Critics point to the cost and logistical challenges of converting malls into mixed-use developments. Zoning restrictions, infrastructure upgrades, and concerns about the loss of retail jobs present real obstacles. Yet these concerns ultimately reinforce the case for change. Rhode Island ranks last in the country for new housing permits, a reflection of policies that have failed to keep pace with rising demand. Meanwhile, Providence Place is kept afloat by a generous tax treaty which keeps its annual property tax payments at roughly $500,000 instead of the nearly $25 million it would owe at its full assessed value. Maintaining the status quo risks subsidizing a struggling commercial property while sacrificing resources for pressing fiscal and housing needs. Additionally, preserving a strained retail-only model leaves the city vulnerable to continued decline: If the mall closes outright, Providence risks losing retail jobs, surrounding economic activity, and tax revenue. 

Reimagining Providence Place as a mixed-use development aligns with Providence’s long-term needs and offers a more resilient path forward. Rather than demolishing the structure, adaptive reuse would conserve carbon and reduce construction waste, while phased redevelopment would allow portions of the mall to remain operational during conversion. Tying any new tax treaties to clear public benefits such as affordable housing units, infrastructure improvements, and local hiring commitments would ensure the project serves residents. 

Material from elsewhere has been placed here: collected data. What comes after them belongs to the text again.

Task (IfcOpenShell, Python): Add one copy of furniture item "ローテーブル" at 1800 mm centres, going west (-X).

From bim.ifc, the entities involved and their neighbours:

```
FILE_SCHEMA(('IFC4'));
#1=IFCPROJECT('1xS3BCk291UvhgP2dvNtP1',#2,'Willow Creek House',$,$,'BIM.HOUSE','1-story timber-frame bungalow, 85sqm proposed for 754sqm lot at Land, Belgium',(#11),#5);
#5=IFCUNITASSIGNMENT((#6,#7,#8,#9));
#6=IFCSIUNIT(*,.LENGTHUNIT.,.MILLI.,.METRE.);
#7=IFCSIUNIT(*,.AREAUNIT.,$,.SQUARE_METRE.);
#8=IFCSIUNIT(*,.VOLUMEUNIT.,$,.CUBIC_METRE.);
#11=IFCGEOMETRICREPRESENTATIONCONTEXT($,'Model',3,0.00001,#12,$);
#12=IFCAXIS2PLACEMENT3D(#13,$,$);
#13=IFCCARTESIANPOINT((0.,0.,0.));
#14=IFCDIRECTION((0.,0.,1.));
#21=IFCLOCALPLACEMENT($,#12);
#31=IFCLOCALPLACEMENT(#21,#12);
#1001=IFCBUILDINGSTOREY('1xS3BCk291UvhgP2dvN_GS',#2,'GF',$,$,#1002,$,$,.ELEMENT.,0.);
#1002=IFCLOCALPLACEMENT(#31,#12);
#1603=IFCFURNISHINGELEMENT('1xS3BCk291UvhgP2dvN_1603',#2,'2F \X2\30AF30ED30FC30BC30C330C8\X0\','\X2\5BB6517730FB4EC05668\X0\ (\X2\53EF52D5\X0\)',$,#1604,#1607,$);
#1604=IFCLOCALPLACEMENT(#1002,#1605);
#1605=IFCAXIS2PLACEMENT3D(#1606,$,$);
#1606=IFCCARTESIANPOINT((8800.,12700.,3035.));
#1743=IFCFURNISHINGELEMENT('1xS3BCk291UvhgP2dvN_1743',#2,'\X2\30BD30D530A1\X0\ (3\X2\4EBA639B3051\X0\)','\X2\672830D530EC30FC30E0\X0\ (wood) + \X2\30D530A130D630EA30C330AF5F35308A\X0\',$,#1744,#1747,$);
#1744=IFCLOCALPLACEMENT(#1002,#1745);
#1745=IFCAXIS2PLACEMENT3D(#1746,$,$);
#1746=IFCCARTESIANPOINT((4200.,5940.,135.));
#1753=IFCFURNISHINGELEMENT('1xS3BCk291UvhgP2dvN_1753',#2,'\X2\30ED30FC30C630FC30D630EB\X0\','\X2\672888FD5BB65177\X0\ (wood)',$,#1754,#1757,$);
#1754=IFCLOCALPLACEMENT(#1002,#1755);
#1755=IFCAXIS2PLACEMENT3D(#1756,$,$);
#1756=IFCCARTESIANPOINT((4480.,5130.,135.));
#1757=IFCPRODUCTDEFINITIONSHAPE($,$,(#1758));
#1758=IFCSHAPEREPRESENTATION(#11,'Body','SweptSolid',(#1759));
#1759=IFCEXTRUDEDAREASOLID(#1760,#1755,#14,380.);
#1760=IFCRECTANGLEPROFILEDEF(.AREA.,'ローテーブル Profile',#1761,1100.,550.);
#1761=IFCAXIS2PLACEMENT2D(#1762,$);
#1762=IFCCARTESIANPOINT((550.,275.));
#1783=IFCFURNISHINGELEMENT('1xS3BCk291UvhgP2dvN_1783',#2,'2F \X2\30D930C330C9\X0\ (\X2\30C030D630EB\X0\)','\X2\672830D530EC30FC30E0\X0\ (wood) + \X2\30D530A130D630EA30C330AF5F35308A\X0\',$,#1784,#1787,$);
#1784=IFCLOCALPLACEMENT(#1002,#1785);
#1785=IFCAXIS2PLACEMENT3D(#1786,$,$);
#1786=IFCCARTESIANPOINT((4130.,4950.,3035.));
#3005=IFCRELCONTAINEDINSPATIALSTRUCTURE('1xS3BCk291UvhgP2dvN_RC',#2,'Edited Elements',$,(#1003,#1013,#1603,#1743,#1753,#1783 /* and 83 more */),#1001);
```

```python
import numpy as np
import ifcopenshell
import ifcopenshell.api.geometry
import ifcopenshell.api.root
import ifcopenshell.util.element
import ifcopenshell.util.placement
import ifcopenshell.util.unit

model = ifcopenshell.open("bim.ifc")
unit_scale = ifcopenshell.util.unit.calculate_unit_scale(model)


def reuse_history(source, copy):
    """copy_class also copies each property set's owner history, people and application; keep the originals."""
    for rel in copy.IsDefinedBy:
        if rel.is_a("IfcRelDefinesByProperties") and (history := rel.RelatingPropertyDefinition.OwnerHistory):
            rel.RelatingPropertyDefinition.OwnerHistory = source.OwnerHistory
            ifcopenshell.util.element.remove_deep2(model, history)


source = model.by_guid("1xS3BCk291UvhgP2dvN_1753")
base = ifcopenshell.util.placement.get_local_placement(source.ObjectPlacement)
step = np.array([-1.0, 0.0, 0.0]) * 1.8 / unit_scale

for i in range(1, 2):
    copy = ifcopenshell.api.root.copy_class(model, product=source)
    copy.Representation = ifcopenshell.util.element.copy_deep(
        model, source.Representation, exclude=["IfcGeometricRepresentationContext", "IfcRepresentationMap"]
    )
    reuse_history(source, copy)
    matrix = base.copy()
    matrix[:3, 3] += i * step
    print("added at", matrix[:3, 3].round(3) + 0.0)
    ifcopenshell.api.geometry.edit_object_placement(model, product=copy, matrix=matrix, is_si=False)

model.write("bim-out.ifc")
```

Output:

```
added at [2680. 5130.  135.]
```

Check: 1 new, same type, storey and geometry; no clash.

Imagine: upper floors lit by apartment windows and corridors filled with people heading home, picking up groceries, or meeting friends for coffee. Transforming Providence Place would create the reliable customer base that retailers lack, restoring the everyday vibrancy that once made malls central gathering places in American life. 

The Secret Mall Apartment sought to reclaim space for those pushed aside by economic forces beyond their control. Today, Providence Place offers a similar opportunity on a far larger scale. By transforming the mall into thoughtfully-designed, mixed-use housing, Providence can address displacement, foster community and economic stability, and redefine urban space. After all, why settle for a picket fence when you could have a loft by the food court?